# Rally Information Page



## PDX_Doug (Nov 16, 2004)

*! NEW RALLY INFORMATION PAGE !*​
I would like to take a moment to introduce a new feature to the Outbackers.com community that I think will be a great resource for everybody. We have created a new dedicated Rally Information page that includes all the important information you will need when it comes to Outbacker rallies.

The rally threads that appear on the home page are certainly helpful, but are difficult to manage, and often times important upcoming events get pushed down the list just because of when they were originally posted. The new rally page will always be in the same place, and always be easily accessible from the Site Navigation pane on the home page...








Front and center of the new Rally Information page, is great new map developed by H2oSprayer, that quickly shows the locations of all upcoming rallies. As the map is Google based, it offers some great features! If you want more information on a specific rally, simply click on the campfire icon, and an information balloon will pop up that provides a wealth of info and capabilities...








Here you will find dates and locations, as well as links to both the appropriate Outbackers thread and to the campgrounds home page. Another great feature is the ability to generate driving directions to get there! How cool is that? Speaking of cool - and I really love this one! - if you click the [Sat] button in the upper right corner of the map, the view will switch to a Google Earth photographic image, and you can zoom right down to your campsite and see all there is to do in and around the campground!

Fear not Alaskan and Canadian Outbackers, we have not forgotten you.
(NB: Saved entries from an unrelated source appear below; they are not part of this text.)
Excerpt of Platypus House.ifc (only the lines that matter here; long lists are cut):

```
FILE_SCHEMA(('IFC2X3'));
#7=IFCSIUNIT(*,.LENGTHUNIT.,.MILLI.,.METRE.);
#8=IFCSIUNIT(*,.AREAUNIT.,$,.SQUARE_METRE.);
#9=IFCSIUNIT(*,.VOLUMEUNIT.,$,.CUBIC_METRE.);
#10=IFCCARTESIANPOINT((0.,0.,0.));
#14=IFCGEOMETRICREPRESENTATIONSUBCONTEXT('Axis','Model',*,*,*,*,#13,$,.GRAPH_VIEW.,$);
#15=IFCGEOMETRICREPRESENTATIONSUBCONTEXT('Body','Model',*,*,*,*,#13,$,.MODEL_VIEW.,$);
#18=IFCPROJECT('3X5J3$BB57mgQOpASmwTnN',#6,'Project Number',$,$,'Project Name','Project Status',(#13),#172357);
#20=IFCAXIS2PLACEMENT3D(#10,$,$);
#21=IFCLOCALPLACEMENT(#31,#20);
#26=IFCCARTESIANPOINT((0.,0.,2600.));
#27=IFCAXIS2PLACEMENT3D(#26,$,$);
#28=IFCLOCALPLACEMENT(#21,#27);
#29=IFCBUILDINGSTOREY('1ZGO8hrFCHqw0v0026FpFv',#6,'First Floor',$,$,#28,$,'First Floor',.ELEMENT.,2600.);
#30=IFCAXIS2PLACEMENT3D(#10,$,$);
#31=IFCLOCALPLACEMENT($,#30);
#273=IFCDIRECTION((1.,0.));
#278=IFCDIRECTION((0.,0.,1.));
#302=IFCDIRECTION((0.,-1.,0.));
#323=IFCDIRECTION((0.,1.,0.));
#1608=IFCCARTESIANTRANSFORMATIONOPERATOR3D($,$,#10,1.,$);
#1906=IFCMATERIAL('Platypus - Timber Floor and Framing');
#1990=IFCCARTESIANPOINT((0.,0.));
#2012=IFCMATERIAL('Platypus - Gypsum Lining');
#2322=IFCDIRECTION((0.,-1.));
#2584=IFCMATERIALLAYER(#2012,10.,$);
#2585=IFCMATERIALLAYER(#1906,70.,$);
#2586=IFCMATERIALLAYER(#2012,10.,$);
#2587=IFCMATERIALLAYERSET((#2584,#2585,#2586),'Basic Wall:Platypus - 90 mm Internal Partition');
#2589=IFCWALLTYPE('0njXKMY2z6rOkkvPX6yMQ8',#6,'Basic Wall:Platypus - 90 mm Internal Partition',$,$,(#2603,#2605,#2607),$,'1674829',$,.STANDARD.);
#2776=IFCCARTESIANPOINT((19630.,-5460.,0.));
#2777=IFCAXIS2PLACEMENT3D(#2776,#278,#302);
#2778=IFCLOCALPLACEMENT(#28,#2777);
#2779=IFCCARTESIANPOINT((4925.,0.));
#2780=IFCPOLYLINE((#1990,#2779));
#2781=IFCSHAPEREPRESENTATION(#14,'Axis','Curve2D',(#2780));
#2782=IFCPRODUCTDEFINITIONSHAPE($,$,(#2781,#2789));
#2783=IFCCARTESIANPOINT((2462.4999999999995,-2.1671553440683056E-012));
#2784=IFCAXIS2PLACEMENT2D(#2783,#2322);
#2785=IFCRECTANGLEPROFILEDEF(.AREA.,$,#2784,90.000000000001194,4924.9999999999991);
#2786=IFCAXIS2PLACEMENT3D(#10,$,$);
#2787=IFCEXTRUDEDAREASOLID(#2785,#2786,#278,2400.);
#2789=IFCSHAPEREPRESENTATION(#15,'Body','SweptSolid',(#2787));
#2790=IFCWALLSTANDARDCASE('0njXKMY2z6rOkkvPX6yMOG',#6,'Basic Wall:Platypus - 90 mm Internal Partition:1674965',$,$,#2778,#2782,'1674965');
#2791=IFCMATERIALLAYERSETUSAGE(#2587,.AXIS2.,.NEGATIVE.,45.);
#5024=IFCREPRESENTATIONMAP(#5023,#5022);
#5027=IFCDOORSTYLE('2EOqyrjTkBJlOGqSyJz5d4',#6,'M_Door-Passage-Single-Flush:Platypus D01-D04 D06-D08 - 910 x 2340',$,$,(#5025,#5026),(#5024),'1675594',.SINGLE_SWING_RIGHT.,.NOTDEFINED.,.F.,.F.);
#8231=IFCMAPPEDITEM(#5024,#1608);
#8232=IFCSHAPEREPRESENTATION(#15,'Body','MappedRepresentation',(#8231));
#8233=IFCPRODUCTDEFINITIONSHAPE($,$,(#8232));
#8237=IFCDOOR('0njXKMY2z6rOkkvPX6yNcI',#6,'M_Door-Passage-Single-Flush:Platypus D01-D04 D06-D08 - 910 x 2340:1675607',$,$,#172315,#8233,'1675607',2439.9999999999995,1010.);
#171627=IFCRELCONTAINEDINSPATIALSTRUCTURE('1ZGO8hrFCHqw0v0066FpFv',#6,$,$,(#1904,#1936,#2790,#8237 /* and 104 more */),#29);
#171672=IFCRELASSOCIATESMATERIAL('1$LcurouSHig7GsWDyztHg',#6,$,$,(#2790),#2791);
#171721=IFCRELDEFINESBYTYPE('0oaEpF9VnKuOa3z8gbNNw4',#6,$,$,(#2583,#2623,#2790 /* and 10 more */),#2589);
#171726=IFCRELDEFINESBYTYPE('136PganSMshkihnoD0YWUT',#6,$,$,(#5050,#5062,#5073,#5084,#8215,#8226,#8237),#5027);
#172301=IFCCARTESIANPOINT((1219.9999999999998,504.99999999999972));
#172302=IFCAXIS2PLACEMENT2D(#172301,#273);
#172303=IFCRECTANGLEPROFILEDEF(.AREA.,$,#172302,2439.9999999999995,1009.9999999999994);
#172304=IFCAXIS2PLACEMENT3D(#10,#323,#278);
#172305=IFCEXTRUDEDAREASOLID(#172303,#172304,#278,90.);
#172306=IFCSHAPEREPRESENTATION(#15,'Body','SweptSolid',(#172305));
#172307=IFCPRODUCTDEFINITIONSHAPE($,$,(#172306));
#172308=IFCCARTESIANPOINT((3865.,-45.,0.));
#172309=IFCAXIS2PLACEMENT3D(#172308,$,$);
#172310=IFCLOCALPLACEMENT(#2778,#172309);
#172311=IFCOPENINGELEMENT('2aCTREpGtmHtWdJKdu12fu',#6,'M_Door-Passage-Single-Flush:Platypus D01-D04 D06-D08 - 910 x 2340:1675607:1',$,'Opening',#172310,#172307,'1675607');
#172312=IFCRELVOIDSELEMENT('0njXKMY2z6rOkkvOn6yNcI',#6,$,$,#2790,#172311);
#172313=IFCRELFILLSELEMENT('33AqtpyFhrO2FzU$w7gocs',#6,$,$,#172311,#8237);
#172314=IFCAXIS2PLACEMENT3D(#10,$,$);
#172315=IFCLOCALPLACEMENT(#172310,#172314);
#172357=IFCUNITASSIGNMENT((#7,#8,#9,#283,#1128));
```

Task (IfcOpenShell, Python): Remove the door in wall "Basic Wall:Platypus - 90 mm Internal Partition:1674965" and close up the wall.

```python
import ifcopenshell
import ifcopenshell.api.feature
import ifcopenshell.api.root
import ifcopenshell.geom
import ifcopenshell.util.shape

model = ifcopenshell.open("Platypus House.ifc")
settings = ifcopenshell.geom.settings()


def volume(element):
    """Net volume in cubic metres, openings subtracted."""
    shape = ifcopenshell.geom.create_shape(settings, element)
    return ifcopenshell.util.shape.get_volume(shape.geometry)


door = model.by_guid("0njXKMY2z6rOkkvPX6yNcI")
opening = door.FillsVoids[0].RelatingOpeningElement
wall = opening.VoidsElements[0].RelatingBuildingElement
before = volume(wall)

ifcopenshell.api.root.remove_product(model, product=door)
ifcopenshell.api.feature.remove_feature(model, feature=opening)

after = volume(wall)

print(f"wall volume {before:.3f} -> {after:.3f} m3")

model.write("Platypus House_v2.ifc")
```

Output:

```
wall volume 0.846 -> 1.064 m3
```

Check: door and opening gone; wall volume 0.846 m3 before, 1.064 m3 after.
The map can also be panned by dragging across it, and will include any rallies in your neighborhood as well.

Finally, below the map, is a chronologically sorted listing of all the upcoming rallies, the soonest listed first. This list is also hyperlinked to the appropriate rally thread.

I would like to take a moment to extend a very special thanks to Chris (H2oSprayer) for the great idea and all the work he has put into this resource. This is something that we will all benefit from, and you deserve a big high five from all of us. Well done!

Happy Trails,
Doug


----------



## Just Add Dirt (May 5, 2009)

Just goes to show how much potential a bunch of campers have. Ain't technology great!! Kudos to Chris and to Doug as well, for working together to produce this wonderful and extremely useful interface. 
Eric


----------



## thefulminator (Aug 8, 2007)

Nice addition.


----------



## clarkely (Sep 15, 2008)

NiiiiiCe!!!!


----------



## Oregon_Camper (Sep 13, 2004)

Way to go....this rocks!


----------



## huntr70 (Jul 8, 2005)

Very nice!!


----------



## Doxie-Doglover-Too (Jan 25, 2007)

Very very nice! Love it! Great job!


----------



## ORvagabond (Apr 17, 2009)

Great Addition to an already great site!!!


----------



## WYOCAMPER (Mar 28, 2007)

WOW! Love the new Rally Page and the interactive Map! Great job Chris and Doug - and thank you for your hard work.

The map sure does leave a gaping hole in the middle of the country, though. I know there was a rally in Utah last year (Zion?). Has there ever been a Rally in say, the Black Hills,SD?


----------



## Calvin&Hobbes (May 24, 2006)

This is great! Thanks Doug and Chris for all the hard work! We need some rallies in the center of the US though.......


----------



## 5th Time Around (Jul 8, 2008)

AWESOME! Thanks Chris & Doug for making an improvement to the best camping forum site


----------